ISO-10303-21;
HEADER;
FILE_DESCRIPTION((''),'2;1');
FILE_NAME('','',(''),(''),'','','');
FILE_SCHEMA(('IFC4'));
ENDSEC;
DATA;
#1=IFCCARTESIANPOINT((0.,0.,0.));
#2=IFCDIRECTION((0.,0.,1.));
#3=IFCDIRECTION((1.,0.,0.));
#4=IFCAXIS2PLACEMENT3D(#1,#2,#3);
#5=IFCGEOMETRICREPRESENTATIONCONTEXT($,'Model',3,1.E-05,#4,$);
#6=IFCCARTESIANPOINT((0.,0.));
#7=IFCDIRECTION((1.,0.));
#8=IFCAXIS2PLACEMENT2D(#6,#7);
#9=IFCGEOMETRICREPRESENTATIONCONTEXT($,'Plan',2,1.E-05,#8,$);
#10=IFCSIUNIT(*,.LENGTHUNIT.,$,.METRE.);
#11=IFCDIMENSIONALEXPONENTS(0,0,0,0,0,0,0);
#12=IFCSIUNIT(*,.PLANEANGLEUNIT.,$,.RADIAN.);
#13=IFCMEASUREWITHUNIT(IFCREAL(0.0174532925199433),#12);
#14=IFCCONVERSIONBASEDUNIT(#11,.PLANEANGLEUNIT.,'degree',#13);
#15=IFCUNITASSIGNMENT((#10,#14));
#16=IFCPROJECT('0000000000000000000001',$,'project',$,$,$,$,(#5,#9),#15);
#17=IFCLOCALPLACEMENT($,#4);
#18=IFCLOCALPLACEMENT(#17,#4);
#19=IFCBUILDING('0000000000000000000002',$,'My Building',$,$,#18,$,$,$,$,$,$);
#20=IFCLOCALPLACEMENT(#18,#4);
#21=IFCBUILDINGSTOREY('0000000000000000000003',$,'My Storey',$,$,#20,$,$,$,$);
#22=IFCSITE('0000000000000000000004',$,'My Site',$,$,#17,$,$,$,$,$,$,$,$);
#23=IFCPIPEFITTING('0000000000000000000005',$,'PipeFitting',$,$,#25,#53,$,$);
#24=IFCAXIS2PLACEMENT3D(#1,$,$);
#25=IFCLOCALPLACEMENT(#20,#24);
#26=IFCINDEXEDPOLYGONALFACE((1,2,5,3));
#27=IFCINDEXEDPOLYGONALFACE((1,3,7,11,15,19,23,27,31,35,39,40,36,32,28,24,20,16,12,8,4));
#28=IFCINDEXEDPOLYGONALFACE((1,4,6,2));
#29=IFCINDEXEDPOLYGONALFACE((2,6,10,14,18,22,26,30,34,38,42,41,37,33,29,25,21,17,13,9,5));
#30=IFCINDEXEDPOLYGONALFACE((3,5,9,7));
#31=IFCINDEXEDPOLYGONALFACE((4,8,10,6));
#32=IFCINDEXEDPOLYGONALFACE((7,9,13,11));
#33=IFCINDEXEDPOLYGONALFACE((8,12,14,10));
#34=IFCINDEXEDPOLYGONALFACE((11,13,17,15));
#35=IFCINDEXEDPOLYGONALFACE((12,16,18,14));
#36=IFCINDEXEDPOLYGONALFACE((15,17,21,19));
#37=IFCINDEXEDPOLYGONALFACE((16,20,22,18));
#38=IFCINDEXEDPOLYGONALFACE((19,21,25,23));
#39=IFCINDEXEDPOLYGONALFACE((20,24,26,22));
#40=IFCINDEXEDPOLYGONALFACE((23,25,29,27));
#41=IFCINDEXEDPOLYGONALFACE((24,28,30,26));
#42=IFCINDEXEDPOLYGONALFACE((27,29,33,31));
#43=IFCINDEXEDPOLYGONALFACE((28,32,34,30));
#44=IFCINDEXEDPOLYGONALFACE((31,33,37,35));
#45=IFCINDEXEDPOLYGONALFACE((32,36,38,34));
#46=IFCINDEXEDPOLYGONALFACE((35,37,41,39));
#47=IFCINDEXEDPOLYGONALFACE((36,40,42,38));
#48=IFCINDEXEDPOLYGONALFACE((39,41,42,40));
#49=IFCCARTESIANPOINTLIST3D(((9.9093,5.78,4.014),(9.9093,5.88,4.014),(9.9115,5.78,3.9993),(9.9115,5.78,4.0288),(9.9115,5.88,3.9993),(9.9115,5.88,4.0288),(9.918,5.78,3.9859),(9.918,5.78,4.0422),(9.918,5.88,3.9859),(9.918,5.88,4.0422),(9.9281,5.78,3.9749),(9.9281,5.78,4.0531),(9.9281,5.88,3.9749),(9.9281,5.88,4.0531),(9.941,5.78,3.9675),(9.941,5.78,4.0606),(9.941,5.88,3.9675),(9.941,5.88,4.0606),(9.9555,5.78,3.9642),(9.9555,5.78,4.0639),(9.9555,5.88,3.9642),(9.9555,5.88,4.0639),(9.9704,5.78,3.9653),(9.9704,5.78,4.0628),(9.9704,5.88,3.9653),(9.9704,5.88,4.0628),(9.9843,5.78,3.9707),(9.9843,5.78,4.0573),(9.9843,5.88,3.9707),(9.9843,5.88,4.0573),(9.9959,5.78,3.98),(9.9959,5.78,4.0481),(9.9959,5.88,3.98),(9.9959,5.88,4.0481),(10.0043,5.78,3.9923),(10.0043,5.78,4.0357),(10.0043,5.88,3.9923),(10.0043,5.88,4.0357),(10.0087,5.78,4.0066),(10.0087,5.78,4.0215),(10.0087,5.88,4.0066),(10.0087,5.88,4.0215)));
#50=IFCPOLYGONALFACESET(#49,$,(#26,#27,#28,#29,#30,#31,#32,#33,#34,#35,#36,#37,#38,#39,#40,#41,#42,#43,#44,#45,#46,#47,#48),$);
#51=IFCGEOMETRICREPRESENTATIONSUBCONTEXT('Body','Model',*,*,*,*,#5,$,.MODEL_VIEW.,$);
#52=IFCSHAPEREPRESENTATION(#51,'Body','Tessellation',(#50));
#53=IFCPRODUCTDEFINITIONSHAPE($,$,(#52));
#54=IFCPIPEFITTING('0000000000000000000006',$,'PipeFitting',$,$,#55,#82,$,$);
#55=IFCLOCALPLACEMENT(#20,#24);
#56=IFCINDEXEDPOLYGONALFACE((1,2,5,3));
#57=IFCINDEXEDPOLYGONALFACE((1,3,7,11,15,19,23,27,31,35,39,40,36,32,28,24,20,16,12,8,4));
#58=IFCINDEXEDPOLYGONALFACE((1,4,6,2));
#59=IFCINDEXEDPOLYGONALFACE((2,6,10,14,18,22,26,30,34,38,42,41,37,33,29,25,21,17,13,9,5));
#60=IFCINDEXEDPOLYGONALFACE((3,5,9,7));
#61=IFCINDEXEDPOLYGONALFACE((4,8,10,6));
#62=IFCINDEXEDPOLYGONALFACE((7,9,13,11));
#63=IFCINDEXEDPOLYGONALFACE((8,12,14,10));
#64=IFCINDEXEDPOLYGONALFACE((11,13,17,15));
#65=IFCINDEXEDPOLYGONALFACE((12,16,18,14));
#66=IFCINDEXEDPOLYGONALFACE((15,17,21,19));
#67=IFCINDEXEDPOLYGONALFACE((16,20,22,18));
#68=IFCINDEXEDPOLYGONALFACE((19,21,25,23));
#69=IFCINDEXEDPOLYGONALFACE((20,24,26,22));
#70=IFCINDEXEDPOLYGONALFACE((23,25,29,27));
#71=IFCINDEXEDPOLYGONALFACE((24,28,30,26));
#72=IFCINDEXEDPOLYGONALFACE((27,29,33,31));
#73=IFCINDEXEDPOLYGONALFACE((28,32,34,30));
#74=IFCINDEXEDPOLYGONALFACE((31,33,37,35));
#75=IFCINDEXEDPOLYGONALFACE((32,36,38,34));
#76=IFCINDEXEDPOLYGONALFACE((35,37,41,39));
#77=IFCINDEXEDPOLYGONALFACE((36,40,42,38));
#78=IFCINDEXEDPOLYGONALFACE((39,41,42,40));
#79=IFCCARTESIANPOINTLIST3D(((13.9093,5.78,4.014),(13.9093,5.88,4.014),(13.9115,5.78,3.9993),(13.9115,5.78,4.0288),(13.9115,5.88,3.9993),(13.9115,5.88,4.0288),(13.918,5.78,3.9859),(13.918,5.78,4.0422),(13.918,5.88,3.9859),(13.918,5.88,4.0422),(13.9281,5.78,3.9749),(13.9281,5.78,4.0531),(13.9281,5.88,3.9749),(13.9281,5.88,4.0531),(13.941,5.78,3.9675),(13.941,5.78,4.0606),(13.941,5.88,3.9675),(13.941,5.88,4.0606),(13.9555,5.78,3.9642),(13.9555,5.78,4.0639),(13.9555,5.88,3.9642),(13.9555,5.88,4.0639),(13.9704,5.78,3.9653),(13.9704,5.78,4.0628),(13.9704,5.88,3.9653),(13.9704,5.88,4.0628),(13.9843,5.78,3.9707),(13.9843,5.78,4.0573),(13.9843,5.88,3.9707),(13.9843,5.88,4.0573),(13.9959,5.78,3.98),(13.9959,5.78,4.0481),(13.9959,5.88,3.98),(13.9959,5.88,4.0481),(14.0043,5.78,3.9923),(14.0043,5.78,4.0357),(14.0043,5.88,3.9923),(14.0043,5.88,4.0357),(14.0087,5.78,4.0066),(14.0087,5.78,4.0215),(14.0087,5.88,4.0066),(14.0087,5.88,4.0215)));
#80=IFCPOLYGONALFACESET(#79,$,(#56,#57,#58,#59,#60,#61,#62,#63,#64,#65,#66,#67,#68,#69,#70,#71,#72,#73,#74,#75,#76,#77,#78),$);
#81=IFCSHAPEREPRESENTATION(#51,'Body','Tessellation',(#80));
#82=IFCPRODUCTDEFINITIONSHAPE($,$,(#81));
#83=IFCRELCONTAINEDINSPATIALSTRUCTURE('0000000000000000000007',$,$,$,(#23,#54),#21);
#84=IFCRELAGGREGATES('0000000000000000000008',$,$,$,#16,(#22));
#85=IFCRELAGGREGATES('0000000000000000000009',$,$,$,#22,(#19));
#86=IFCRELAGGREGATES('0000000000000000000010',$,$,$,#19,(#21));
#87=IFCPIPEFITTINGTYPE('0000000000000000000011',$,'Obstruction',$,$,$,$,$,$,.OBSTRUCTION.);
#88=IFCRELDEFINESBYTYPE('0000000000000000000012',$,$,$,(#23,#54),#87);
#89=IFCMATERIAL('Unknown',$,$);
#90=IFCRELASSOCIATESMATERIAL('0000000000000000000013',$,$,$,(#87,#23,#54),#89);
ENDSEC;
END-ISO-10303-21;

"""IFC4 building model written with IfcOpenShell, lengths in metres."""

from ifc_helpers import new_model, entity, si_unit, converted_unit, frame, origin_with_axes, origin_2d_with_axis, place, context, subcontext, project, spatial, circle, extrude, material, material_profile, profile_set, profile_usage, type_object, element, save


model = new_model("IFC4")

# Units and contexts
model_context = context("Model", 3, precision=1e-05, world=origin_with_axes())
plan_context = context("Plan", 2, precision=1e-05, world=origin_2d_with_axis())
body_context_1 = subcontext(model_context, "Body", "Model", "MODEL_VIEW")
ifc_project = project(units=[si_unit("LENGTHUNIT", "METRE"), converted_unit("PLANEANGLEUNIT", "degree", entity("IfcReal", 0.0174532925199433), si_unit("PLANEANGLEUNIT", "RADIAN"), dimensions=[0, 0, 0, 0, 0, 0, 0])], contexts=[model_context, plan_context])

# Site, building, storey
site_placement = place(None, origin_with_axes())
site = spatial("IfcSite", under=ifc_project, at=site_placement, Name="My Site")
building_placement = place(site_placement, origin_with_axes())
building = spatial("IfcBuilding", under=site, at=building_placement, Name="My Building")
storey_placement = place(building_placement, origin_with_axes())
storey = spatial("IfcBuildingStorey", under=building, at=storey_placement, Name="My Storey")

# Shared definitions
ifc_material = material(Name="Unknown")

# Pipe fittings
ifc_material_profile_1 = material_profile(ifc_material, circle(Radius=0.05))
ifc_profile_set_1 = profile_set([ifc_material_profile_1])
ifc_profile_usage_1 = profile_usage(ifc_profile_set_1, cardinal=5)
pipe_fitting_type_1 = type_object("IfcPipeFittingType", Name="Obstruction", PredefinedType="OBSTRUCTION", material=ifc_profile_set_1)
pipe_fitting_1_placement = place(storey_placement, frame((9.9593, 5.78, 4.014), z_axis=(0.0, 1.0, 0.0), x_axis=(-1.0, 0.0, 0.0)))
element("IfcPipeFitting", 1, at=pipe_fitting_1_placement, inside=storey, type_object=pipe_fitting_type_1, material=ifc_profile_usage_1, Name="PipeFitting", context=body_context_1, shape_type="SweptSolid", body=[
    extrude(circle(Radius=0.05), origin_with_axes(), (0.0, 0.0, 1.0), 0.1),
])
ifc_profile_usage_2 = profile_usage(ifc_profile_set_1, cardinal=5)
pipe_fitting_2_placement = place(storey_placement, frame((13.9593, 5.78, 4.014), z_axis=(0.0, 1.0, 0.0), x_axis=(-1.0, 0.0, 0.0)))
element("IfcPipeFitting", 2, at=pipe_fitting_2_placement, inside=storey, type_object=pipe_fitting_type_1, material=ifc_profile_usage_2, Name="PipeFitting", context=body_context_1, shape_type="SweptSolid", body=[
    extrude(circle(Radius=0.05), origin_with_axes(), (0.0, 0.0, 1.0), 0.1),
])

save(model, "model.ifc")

========

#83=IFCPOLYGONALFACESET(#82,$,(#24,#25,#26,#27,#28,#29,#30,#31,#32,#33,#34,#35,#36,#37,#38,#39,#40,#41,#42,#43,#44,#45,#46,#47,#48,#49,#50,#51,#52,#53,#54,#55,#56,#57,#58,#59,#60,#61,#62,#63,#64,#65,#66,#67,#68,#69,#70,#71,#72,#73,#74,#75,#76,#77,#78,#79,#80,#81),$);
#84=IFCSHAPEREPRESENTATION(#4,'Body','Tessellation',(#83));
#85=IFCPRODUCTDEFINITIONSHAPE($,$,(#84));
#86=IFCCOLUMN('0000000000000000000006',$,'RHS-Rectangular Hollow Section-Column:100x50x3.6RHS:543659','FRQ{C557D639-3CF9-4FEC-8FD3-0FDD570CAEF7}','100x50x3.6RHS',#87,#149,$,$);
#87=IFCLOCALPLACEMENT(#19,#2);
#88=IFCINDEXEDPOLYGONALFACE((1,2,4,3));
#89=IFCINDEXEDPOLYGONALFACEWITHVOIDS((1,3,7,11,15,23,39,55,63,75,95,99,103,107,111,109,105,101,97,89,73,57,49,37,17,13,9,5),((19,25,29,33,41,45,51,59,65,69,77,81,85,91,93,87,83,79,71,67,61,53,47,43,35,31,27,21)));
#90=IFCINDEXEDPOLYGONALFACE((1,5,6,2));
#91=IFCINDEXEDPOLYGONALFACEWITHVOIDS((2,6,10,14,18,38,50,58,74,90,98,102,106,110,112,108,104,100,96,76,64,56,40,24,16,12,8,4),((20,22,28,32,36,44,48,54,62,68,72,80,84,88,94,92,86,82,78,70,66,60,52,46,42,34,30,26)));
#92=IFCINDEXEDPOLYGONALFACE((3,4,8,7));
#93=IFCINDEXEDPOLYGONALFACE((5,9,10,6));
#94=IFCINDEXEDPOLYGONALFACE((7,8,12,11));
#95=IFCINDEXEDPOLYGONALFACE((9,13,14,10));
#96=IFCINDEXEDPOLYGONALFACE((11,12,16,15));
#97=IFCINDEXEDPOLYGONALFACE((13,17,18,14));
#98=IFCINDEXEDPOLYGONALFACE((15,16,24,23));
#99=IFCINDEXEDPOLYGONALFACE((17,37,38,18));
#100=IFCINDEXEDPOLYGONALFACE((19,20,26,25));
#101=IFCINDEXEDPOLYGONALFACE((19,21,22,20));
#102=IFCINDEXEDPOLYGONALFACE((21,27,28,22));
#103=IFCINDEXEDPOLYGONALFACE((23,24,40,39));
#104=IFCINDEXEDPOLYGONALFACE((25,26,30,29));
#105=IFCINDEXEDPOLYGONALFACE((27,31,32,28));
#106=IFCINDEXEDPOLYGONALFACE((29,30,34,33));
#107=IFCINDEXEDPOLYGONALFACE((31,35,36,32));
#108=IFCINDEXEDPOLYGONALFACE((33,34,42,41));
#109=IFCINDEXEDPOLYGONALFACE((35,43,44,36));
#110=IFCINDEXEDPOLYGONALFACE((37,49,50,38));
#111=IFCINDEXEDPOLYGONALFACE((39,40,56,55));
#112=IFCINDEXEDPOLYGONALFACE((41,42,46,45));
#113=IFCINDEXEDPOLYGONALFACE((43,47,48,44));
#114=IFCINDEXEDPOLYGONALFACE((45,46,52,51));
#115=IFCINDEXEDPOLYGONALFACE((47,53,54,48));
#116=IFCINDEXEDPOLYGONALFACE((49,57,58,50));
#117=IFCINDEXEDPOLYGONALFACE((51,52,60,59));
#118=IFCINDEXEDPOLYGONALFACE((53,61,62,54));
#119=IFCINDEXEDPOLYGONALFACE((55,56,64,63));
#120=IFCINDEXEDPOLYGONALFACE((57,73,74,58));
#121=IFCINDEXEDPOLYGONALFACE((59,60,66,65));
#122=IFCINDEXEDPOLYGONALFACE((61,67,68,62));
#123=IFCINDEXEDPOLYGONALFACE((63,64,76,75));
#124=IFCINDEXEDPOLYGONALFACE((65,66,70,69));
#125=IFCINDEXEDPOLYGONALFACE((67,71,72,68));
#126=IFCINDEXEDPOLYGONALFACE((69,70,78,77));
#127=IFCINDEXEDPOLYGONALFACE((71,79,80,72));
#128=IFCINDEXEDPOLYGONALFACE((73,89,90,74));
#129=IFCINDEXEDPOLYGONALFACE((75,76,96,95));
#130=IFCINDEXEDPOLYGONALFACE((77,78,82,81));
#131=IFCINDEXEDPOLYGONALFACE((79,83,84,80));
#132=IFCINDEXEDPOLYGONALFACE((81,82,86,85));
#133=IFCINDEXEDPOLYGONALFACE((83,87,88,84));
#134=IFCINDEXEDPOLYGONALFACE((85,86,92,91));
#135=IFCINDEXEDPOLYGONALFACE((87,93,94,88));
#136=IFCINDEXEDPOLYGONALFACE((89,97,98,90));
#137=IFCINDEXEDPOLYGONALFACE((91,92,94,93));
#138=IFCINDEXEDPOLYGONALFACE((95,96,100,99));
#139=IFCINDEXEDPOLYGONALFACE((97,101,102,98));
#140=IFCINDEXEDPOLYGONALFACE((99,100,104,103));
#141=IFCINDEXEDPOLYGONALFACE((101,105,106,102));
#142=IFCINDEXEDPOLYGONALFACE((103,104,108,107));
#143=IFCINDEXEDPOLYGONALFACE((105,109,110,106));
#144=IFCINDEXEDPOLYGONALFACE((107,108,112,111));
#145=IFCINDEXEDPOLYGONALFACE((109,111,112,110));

========

All lines above from the one containing "#101=IFCINDEXEDPOLYGONALFACE((19,21,22,20));" to the one containing "#125=IFCINDEXEDPOLYGONALFACE((67,71,72,68));" must be repeated exactly, both lines included, and no others.

#101=IFCINDEXEDPOLYGONALFACE((19,21,22,20));
#102=IFCINDEXEDPOLYGONALFACE((21,27,28,22));
#103=IFCINDEXEDPOLYGONALFACE((23,24,40,39));
#104=IFCINDEXEDPOLYGONALFACE((25,26,30,29));
#105=IFCINDEXEDPOLYGONALFACE((27,31,32,28));
#106=IFCINDEXEDPOLYGONALFACE((29,30,34,33));
#107=IFCINDEXEDPOLYGONALFACE((31,35,36,32));
#108=IFCINDEXEDPOLYGONALFACE((33,34,42,41));
#109=IFCINDEXEDPOLYGONALFACE((35,43,44,36));
#110=IFCINDEXEDPOLYGONALFACE((37,49,50,38));
#111=IFCINDEXEDPOLYGONALFACE((39,40,56,55));
#112=IFCINDEXEDPOLYGONALFACE((41,42,46,45));
#113=IFCINDEXEDPOLYGONALFACE((43,47,48,44));
#114=IFCINDEXEDPOLYGONALFACE((45,46,52,51));
#115=IFCINDEXEDPOLYGONALFACE((47,53,54,48));
#116=IFCINDEXEDPOLYGONALFACE((49,57,58,50));
#117=IFCINDEXEDPOLYGONALFACE((51,52,60,59));
#118=IFCINDEXEDPOLYGONALFACE((53,61,62,54));
#119=IFCINDEXEDPOLYGONALFACE((55,56,64,63));
#120=IFCINDEXEDPOLYGONALFACE((57,73,74,58));
#121=IFCINDEXEDPOLYGONALFACE((59,60,66,65));
#122=IFCINDEXEDPOLYGONALFACE((61,67,68,62));
#123=IFCINDEXEDPOLYGONALFACE((63,64,76,75));
#124=IFCINDEXEDPOLYGONALFACE((65,66,70,69));
#125=IFCINDEXEDPOLYGONALFACE((67,71,72,68));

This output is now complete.